Western Carolina University – Professor uses anatomy to improve anatomy teaching, collaboration
When Doug Keskula, a professor of physical therapy, and Leigh Odom, an associate professor of speech-language pathology, traveled to Canada from Western Carolina University this summer to conduct an anatomy workshop together to explore human anatomy. It was no ordinary academic partnership.
A five-day dissection at McGill University in Montreal included expert guidance from a faculty member named Gabrielle Bennes, an osteopathy and associate professor of anatomical sciences.
As the dissection progressed, Keskula and Odom investigated the anatomy of the head and neck and noticed different things about the structures they encountered. We shared different understandings of disability, recovery, and what it means for teaching students in the classroom.
“We looked at the same area from a different perspective, from an anatomical and functional standpoint,” says Keskula. “The focus of physical therapy was on the muscles, nerves, and circulatory system related to movement, function, and posture. was.”
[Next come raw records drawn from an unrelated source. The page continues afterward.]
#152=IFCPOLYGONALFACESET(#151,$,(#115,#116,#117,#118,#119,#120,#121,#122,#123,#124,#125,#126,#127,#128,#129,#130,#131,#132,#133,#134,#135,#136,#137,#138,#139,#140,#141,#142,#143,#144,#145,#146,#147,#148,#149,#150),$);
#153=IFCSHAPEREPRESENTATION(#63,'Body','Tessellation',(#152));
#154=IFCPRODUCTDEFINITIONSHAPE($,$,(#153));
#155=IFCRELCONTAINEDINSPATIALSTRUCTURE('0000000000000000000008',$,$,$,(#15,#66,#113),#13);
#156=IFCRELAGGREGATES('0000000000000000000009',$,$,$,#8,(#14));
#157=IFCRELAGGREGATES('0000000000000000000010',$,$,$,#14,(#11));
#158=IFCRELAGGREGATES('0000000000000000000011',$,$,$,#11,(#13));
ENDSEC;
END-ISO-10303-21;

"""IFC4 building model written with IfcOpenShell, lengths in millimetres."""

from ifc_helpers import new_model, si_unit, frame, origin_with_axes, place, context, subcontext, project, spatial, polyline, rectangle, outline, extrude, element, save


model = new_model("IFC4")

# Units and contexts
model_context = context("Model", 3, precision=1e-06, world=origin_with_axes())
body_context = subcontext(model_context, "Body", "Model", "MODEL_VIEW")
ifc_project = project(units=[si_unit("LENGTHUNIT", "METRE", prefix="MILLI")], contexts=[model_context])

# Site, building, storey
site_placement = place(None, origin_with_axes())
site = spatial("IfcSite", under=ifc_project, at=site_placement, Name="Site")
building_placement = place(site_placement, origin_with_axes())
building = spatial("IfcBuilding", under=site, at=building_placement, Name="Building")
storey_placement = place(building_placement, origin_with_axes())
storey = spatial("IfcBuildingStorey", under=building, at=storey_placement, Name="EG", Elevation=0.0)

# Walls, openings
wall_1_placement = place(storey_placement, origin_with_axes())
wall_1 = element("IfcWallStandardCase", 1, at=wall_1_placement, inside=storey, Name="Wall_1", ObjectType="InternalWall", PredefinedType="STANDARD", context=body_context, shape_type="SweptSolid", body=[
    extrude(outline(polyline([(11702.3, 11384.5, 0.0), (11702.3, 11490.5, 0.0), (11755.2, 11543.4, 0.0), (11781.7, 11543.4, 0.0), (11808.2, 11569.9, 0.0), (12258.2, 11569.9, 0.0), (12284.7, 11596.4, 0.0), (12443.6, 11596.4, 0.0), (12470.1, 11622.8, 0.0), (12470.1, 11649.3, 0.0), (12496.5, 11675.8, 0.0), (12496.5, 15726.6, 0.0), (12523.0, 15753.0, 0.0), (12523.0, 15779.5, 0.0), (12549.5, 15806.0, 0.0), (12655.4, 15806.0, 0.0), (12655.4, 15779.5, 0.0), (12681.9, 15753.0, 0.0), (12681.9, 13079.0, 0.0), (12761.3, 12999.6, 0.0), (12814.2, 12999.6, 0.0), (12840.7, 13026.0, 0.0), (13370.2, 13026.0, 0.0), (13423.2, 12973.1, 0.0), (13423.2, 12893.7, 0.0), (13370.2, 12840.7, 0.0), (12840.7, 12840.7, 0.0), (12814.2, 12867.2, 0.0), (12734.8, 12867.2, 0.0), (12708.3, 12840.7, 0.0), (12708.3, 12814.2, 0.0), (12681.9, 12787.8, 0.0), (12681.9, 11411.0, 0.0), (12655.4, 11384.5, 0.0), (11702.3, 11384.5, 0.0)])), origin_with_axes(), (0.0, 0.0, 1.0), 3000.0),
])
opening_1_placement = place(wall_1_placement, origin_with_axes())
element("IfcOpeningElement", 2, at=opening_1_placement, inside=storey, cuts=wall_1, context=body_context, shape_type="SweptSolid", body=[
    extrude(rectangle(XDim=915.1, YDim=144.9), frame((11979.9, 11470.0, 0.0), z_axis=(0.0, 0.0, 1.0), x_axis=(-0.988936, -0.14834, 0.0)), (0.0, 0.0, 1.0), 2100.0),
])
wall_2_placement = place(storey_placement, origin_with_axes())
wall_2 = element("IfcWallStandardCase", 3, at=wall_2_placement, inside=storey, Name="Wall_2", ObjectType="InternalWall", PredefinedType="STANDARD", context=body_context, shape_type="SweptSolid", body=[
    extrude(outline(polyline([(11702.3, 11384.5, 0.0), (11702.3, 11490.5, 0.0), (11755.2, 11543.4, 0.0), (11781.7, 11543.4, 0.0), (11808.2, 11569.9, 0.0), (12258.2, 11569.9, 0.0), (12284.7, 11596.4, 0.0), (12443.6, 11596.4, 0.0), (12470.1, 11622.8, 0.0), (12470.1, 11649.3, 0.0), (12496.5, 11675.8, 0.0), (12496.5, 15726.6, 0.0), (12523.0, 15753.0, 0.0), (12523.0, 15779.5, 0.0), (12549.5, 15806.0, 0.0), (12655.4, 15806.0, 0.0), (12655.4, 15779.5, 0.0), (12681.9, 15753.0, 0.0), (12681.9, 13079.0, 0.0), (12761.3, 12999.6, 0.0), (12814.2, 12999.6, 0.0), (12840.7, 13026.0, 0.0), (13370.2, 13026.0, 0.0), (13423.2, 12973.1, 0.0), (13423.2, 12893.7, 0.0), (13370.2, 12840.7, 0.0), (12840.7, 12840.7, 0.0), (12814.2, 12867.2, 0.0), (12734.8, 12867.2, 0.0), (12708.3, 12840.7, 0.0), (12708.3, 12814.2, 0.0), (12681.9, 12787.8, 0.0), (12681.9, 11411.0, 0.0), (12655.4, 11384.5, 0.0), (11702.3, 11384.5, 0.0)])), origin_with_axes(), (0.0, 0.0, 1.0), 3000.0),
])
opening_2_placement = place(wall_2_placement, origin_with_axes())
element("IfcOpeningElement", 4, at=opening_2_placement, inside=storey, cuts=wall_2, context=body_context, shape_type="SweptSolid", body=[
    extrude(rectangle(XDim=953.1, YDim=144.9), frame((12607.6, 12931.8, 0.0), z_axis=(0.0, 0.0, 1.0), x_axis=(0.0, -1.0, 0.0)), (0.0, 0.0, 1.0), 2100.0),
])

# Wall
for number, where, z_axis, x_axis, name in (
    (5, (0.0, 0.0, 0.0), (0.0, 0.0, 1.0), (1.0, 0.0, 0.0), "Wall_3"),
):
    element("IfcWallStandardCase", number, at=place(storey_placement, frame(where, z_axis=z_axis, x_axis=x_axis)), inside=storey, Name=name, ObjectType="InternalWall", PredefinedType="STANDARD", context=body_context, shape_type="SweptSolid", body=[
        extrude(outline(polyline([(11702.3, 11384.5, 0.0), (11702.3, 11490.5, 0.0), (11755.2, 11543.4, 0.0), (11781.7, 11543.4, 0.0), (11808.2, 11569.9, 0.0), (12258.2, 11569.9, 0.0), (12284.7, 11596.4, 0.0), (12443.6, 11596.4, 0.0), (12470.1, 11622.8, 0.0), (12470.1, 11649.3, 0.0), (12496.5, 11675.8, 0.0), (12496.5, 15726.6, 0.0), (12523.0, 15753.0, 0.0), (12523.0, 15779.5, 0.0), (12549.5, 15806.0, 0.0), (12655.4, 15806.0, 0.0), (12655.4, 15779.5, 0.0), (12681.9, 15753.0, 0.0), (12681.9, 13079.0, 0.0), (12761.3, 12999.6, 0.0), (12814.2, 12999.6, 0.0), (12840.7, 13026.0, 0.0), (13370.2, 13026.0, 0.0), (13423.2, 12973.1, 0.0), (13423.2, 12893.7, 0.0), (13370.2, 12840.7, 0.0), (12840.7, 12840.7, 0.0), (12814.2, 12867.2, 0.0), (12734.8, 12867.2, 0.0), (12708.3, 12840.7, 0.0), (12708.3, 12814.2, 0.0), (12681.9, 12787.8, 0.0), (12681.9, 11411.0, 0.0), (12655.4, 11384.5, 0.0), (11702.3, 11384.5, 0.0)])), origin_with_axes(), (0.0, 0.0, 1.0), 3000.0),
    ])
This kind of shared perspective is exactly what Keskula, who organized the participation in the dissection workshop, wanted. It is an interdisciplinary opportunity to shape a deeper knowledge of anatomy for better collaboration between professionals and improved student teaching at the University of Health. Human Sciences at WCU.
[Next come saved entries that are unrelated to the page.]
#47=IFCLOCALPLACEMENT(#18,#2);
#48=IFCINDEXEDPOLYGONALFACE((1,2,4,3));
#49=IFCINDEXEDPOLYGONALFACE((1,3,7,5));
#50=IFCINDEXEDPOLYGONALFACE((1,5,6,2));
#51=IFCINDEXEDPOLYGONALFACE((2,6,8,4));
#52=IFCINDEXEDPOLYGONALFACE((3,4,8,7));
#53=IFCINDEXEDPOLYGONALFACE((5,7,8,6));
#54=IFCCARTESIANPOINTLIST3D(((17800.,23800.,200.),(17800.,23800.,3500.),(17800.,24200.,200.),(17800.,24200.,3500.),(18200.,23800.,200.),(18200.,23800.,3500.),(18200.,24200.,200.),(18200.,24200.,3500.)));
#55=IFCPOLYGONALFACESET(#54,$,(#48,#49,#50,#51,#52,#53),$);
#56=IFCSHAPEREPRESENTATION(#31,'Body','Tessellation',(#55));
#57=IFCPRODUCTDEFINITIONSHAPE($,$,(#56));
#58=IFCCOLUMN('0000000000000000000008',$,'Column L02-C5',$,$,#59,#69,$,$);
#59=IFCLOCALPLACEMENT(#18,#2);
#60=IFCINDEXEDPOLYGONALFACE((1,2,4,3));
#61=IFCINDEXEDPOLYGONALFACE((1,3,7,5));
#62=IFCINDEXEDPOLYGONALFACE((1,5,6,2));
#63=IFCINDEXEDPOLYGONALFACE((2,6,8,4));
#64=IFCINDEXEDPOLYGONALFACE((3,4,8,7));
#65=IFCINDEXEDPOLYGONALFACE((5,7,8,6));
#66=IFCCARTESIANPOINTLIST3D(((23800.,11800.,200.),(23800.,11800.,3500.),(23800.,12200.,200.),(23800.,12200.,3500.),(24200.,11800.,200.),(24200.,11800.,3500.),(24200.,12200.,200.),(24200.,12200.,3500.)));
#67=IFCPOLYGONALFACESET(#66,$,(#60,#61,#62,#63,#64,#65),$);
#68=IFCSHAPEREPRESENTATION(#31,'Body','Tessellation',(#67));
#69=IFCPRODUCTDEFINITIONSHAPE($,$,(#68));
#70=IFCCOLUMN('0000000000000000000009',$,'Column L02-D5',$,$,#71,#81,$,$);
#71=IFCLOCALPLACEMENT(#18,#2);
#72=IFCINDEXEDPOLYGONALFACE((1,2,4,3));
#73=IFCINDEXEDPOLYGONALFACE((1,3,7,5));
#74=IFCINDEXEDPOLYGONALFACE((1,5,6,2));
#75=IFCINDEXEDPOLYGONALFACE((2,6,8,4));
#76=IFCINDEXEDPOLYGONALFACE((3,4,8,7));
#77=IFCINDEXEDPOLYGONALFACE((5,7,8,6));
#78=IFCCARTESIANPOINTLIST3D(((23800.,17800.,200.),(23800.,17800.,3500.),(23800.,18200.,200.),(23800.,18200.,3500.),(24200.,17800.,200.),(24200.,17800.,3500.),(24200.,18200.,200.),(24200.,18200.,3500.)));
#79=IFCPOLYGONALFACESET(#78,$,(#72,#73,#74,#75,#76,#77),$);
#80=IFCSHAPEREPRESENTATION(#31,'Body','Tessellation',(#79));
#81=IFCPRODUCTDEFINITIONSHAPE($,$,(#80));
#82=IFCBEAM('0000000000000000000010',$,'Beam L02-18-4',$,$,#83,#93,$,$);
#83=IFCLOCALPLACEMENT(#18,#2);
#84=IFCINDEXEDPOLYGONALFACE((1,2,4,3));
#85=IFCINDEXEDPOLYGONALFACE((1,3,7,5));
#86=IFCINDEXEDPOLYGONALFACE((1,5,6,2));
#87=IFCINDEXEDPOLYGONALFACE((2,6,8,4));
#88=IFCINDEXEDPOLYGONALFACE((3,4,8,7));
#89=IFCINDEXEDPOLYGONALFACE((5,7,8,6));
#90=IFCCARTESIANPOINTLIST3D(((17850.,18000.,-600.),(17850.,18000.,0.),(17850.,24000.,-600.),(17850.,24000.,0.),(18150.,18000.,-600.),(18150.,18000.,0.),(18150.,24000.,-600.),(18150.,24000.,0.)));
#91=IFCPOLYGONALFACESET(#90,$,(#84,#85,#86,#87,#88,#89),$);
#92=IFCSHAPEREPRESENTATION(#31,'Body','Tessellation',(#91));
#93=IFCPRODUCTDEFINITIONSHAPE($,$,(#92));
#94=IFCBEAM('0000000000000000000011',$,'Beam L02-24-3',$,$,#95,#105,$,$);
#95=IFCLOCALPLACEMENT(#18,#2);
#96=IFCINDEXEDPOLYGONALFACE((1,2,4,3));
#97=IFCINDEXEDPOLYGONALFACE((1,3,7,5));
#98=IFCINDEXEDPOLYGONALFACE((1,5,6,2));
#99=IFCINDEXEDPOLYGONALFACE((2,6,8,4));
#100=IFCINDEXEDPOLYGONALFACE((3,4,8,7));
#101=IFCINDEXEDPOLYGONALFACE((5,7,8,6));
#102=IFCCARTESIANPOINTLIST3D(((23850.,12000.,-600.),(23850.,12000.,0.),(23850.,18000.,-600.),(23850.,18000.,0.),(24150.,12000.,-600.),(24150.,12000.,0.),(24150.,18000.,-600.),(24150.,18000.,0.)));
This was Keskula’s third dissection with Venne. McGill University offers renowned human anatomy programs that support educators and clinicians around the world. “They were a tremendous resource and a joy to work with,” he said Keskula.
Dissection focused specifically on the head and neck. These are the parts of the body commonly involved in the diagnosis and treatment of diseases and dysfunctions in the fields of physical therapy and speech pathology.
“Personally, of all the courses I’ve taken, anatomy is probably the most meaningful,” says professor, physical therapist, athletic trainer, and former dean of WCU’s College of Health and Human Sciences. says Kescula. “That’s why I feel so lucky to be able to teach anatomy. might say.”
Anatomy is also a cornerstone of speech-language pathology, said Odom. The growing field serves patients of all ages and does more than just help children overcome articulation and pronunciation problems.
“We work with speech disorders, speech disorders, swallowing disorders and communication disorders. We work with patients suffering from oral cancer, cleft palate and traumatic brain injuries,” says Odom. says Mr. “What’s causing the disability often comes back to the wrong anatomy and why.”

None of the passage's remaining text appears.